There was a statistically significant reduction in the prevalence of amphetamine in the car and van driver and motorcycle and moped rider fatalities in total when calculated as a percent of those investigated for drug use, but not when calculated as a percent of all killed drivers and riders. The trend is therefore unclear. Among drivers apprehended for DUI in Norway during the same periods, the proportion that tested positive for amphetamines was 38% in the period 2001–2010 and 36% in 2011–2020 according to the toxicology statistics for DUI suspects from Oslo University Hospital, although the total number of apprehended drivers increased (H. Gjerde, unpublished data).
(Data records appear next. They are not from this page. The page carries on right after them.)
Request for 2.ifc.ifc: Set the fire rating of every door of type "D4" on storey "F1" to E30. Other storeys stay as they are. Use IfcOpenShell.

First a look at what the model holds.

```python
import ifcopenshell
import ifcopenshell.util.element

model = ifcopenshell.open("2.ifc.ifc")
print(model.schema)
storey = next(s for s in model.by_type("IfcBuildingStorey") if s.Name == "F1")
doors = [e for e in ifcopenshell.util.element.get_decomposition(storey) if e.is_a("IfcDoor")]
seen = {}
for e in doors:
    element_type = ifcopenshell.util.element.get_type(e)
    key = (element_type.Name if element_type != e and element_type else None, ifcopenshell.util.element.get_pset(e, "Pset_DoorCommon", "FireRating"))
    seen[key] = seen.get(key, 0) + 1
for (name, value), count in sorted(seen.items(), key=str):
    print(count, "x", name, "|", value)
```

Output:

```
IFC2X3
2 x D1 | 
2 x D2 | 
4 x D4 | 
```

```python
import ifcopenshell
import ifcopenshell.api.pset
import ifcopenshell.util.element

model = ifcopenshell.open("2.ifc.ifc")

storey = next(s for s in model.by_type("IfcBuildingStorey") if s.Name == "F1")
doors = [e for e in ifcopenshell.util.element.get_decomposition(storey) if e.is_a("IfcDoor")]

count = 0
for e in doors:
    element_type = ifcopenshell.util.element.get_type(e)
    if element_type in (None, e) or element_type.Name != "D4":
        continue
    # add_pset returns the element's existing set when there is one.
    pset = ifcopenshell.api.pset.add_pset(model, product=e, name="Pset_DoorCommon")
    ifcopenshell.api.pset.edit_pset(model, pset=pset, properties={"FireRating": "E30"})
    count += 1

print(count, "doors updated")

model.write("2.ifc_updated.ifc")
```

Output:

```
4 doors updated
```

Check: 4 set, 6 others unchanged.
The decrease in amphetamine detections among killed drivers and riders thus does not correspond to the observed trend in drug-driving arrests.

In this study, only motor vehicle drivers who were fatally injured were included. A previous study of alcohol and drugs in blood samples from all types of road users involved in fatal crashes from 2016 to 2018 used police data (Pasnin and Gjerde 2021). That study found a high prevalence of alcohol and drugs in blood samples from bicyclists and pedestrians, in addition to motor vehicle drivers who were killed in RTCs, and a low prevalence among drivers surviving fatal crashes. Those data indicate that alcohol and drug impairment is not only a road traffic safety problem among motor vehicle drivers, but also among bicyclists and pedestrians. This should be borne in mind when planning future preventive measures.
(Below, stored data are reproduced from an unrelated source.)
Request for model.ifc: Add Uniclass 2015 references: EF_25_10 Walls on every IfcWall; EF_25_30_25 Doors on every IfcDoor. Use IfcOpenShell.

First a look at what the model holds.

```python
import ifcopenshell

model = ifcopenshell.open("model.ifc")
print(model.schema)
print("classifications:", [c.Name for c in model.by_type("IfcClassification")])
for ifc_class in ("IfcDoor", "IfcRoof", "IfcStair", "IfcWall", "IfcWindow"):
    print(ifc_class, len(model.by_type(ifc_class)))
```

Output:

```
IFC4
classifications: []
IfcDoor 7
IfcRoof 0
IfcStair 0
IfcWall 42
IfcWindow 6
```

```python
import ifcopenshell
import ifcopenshell.api.classification

model = ifcopenshell.open("model.ifc")

system = ifcopenshell.api.classification.add_classification(model, classification="Uniclass 2015")

codes = {
    "IfcWall": ("EF_25_10", "Walls"),
    "IfcDoor": ("EF_25_30_25", "Doors"),
}
for ifc_class, (code, name) in codes.items():
    products = model.by_type(ifc_class)
    ifcopenshell.api.classification.add_reference(
        model, products=products, classification=system, identification=code, name=name
    )
    print(code, len(products))

model.write("model_edited.ifc")
```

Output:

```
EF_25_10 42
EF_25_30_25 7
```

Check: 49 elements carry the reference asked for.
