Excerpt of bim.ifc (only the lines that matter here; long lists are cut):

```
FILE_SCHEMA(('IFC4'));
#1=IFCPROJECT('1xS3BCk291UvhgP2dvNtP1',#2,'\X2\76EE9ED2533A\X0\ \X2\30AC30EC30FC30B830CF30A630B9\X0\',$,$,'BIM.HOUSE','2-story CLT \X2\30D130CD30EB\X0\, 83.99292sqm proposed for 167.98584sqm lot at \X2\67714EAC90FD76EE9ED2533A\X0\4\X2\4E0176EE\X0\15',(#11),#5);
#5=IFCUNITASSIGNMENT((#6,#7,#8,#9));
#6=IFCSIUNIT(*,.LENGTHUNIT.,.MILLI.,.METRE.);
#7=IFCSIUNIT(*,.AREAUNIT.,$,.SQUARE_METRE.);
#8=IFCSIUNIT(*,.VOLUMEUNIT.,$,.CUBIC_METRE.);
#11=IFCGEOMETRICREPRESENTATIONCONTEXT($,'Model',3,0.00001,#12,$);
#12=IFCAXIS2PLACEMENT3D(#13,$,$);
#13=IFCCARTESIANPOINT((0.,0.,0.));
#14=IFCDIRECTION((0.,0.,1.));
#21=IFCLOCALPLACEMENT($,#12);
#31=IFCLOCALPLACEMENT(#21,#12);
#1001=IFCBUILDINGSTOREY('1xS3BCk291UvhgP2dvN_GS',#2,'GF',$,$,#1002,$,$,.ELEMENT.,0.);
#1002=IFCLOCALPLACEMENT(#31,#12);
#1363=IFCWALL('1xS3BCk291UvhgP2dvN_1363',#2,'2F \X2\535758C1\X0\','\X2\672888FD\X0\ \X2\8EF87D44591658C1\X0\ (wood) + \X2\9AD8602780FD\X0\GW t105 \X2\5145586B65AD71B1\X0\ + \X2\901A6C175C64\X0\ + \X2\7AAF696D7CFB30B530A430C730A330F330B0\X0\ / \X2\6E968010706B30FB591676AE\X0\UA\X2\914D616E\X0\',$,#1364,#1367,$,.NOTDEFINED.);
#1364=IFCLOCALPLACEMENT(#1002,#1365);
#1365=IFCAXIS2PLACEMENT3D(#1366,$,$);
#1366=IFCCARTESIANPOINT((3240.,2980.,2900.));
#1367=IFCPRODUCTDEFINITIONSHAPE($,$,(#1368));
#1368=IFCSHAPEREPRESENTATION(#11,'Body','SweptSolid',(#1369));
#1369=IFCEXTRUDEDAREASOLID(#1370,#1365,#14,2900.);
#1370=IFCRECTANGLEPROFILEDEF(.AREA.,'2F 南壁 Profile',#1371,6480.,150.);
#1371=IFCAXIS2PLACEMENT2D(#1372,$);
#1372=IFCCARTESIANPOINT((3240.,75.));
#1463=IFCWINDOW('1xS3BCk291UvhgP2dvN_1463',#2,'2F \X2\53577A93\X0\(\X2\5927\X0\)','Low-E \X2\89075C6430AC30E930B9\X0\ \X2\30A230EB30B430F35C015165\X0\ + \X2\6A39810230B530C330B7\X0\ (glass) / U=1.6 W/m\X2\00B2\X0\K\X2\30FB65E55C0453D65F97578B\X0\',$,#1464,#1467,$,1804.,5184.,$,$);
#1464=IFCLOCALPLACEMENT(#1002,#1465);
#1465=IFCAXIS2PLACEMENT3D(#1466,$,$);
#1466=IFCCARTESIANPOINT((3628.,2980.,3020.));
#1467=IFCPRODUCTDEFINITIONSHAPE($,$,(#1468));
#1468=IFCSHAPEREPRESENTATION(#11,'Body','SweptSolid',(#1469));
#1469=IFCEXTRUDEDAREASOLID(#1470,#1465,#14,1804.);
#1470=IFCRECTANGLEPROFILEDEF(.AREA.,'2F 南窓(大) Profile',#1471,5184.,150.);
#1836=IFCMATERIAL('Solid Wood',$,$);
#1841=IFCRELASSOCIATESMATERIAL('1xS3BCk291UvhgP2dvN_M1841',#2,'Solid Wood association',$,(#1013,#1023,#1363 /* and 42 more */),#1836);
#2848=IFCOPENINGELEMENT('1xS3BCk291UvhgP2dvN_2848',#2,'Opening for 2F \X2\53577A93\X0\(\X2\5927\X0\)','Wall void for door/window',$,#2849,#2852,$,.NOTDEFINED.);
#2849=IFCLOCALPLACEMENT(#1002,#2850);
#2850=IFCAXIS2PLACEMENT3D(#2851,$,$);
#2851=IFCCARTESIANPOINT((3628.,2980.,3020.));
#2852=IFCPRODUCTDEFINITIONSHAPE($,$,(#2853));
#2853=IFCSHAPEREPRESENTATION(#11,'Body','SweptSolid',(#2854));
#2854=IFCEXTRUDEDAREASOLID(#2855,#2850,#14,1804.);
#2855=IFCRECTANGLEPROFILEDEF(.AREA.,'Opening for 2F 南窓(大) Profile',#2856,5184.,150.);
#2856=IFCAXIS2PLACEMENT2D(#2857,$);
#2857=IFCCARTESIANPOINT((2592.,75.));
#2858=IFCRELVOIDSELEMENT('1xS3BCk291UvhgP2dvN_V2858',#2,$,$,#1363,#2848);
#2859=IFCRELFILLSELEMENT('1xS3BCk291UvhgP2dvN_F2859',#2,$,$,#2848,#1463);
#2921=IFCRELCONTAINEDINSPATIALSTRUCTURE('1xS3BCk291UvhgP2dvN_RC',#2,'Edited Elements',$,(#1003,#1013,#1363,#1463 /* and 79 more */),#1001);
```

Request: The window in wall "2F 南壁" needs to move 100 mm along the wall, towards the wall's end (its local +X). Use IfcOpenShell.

```python
import ifcopenshell
import ifcopenshell.api.geometry
import ifcopenshell.util.placement
import ifcopenshell.util.unit

model = ifcopenshell.open("bim.ifc")
unit_scale = ifcopenshell.util.unit.calculate_unit_scale(model)

window = model.by_id(1463)
opening = window.FillsVoids[0].RelatingOpeningElement
wall = opening.VoidsElements[0].RelatingBuildingElement

wall_matrix = ifcopenshell.util.placement.get_local_placement(wall.ObjectPlacement)
shift = wall_matrix[:3, 0] * 0.1 / unit_scale
before = ifcopenshell.util.placement.get_local_placement(window.ObjectPlacement)[:3, 3].copy()

# The window is not placed relative to its opening, so move both.
for product in (opening, window):
    matrix = ifcopenshell.util.placement.get_local_placement(product.ObjectPlacement)
    matrix[:3, 3] += shift
    ifcopenshell.api.geometry.edit_object_placement(model, product=product, matrix=matrix, is_si=False)

after = ifcopenshell.util.placement.get_local_placement(window.ObjectPlacement)[:3, 3]
print("window moved by", (after - before).round(3) + 0.0)

model.write("bim_rev.ifc")
```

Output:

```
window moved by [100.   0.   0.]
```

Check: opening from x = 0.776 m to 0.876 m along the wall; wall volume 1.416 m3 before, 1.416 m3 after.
In conclusion, there was a marked reduction in the number of motor vehicle drivers killed in RTCs from 2011 to 2020 compared with the period from 2001 to 2020. Alcohol was the most frequently detected substance, but the prevalence of alcohol was lower than in the previous decade. There were no significant changes in the prevalence of other substance groups.

Limitations

A selection bias was probably introduced when the police decided which drivers to examine for alcohol or drug use. As a result, the analytical test results may not accurately reflect the number of killed drivers who had used alcohol or drugs, nor the prevalence. More accurate data on alcohol and drug use may be expected in the future due to a change in the legislation in 2020; from that year all killed road users should undergo a forensic autopsy, which routinely includes toxicological analyses of alcohol and drugs (Ministry of Health and Care Services 2020).
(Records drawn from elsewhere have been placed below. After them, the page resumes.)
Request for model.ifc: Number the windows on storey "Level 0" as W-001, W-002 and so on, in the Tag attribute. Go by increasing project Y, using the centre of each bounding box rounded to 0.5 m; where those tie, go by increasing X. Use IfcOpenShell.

First a look at what the model holds.

```python
import ifcopenshell
import ifcopenshell.util.element
import ifcopenshell.util.placement

model = ifcopenshell.open("model.ifc")
print(model.schema)
storey = next(s for s in model.by_type("IfcBuildingStorey") if s.Name == "Level 0")
windows = [e for e in ifcopenshell.util.element.get_decomposition(storey) if e.is_a("IfcWindow")]
for e in sorted(windows, key=lambda e: e.id()):
    origin = ifcopenshell.util.placement.get_local_placement(e.ObjectPlacement)[:3, 3]
    print(e.id(), e.Tag, e.Name, origin.round(2) + 0.0, sep=" | ")
```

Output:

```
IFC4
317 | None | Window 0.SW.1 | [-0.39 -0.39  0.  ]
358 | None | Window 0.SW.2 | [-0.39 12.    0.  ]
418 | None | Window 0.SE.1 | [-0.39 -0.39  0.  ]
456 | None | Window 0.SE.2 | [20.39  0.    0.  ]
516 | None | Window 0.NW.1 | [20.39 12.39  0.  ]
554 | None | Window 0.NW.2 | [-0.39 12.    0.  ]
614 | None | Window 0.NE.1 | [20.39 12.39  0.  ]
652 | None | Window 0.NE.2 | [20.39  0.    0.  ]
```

```python
import ifcopenshell
import ifcopenshell.geom
import ifcopenshell.util.element
import ifcopenshell.util.shape

model = ifcopenshell.open("model.ifc")
settings = ifcopenshell.geom.settings()
settings.set("use-world-coords", True)


def centre(element):
    shape = ifcopenshell.geom.create_shape(settings, element)
    return ifcopenshell.util.shape.get_bbox_centroid(shape.geometry)


storey = next(s for s in model.by_type("IfcBuildingStorey") if s.Name == "Level 0")
windows = [e for e in ifcopenshell.util.element.get_decomposition(storey) if e.is_a("IfcWindow")]

# Insertion points can sit at a corner or the storey origin, so sort by the geometry (in metres).
centres = {e: centre(e) for e in windows}
windows.sort(key=lambda e: (round(centres[e][1] / 0.5), centres[e][0]))

for i, e in enumerate(windows, start=1):
    number = f"W-0{i:02d}"
    e.Tag = number
    print(e.id(), number)

model.write("model_rev.ifc")
```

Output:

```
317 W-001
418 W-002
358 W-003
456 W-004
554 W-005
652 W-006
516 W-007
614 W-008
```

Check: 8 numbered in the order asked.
The legislative limits for DUI of drugs have changed over time; some limits have been revised, and limits for more drugs were introduced in 2016. For consistency, we have used the limits introduced in 2012, and regarded concentrations equal to or greater than the legal limits as positive alcohol or drug findings.

The degree of impairment is not only related to the blood concentration of psychoactive substances in itself, but also to the user’s tolerance and drug use pattern. In addition, alcohol and drug concentrations in postmortem blood samples may not accurately reflect the concentrations at the time of the crash. Moreover, witness statements on signs of impairment are subjective and should be viewed with caution.

Some drugs that may impair the ability to drive safely were not included in this study. This includes gamma-hydroxybutyrate, hallucinogens, tramadol, oxycodone, various antidepressants and antipsychotics, and new psychoactive substances. In cases where morphine or diazepam was known or suspected to have been given to injured drivers or riders as part of acute medical treatment, positive test results for those drugs were deleted. Thus, the presented results do not completely reflect the use of all psychoactive substances.

Acknowledgments

We would like to thank Terje Hammer for extracting data from the Forensic Toxicology Database and Anja Valen for participating in the coupling of data.

Disclosure statement

The authors have no conflicts of interest to declare.

Data availability statement

We do not have permission to share research data.

Additional information

Funding

This study was sponsored by the Norwegian Public Roads Administration, grant no. 19/12365-1.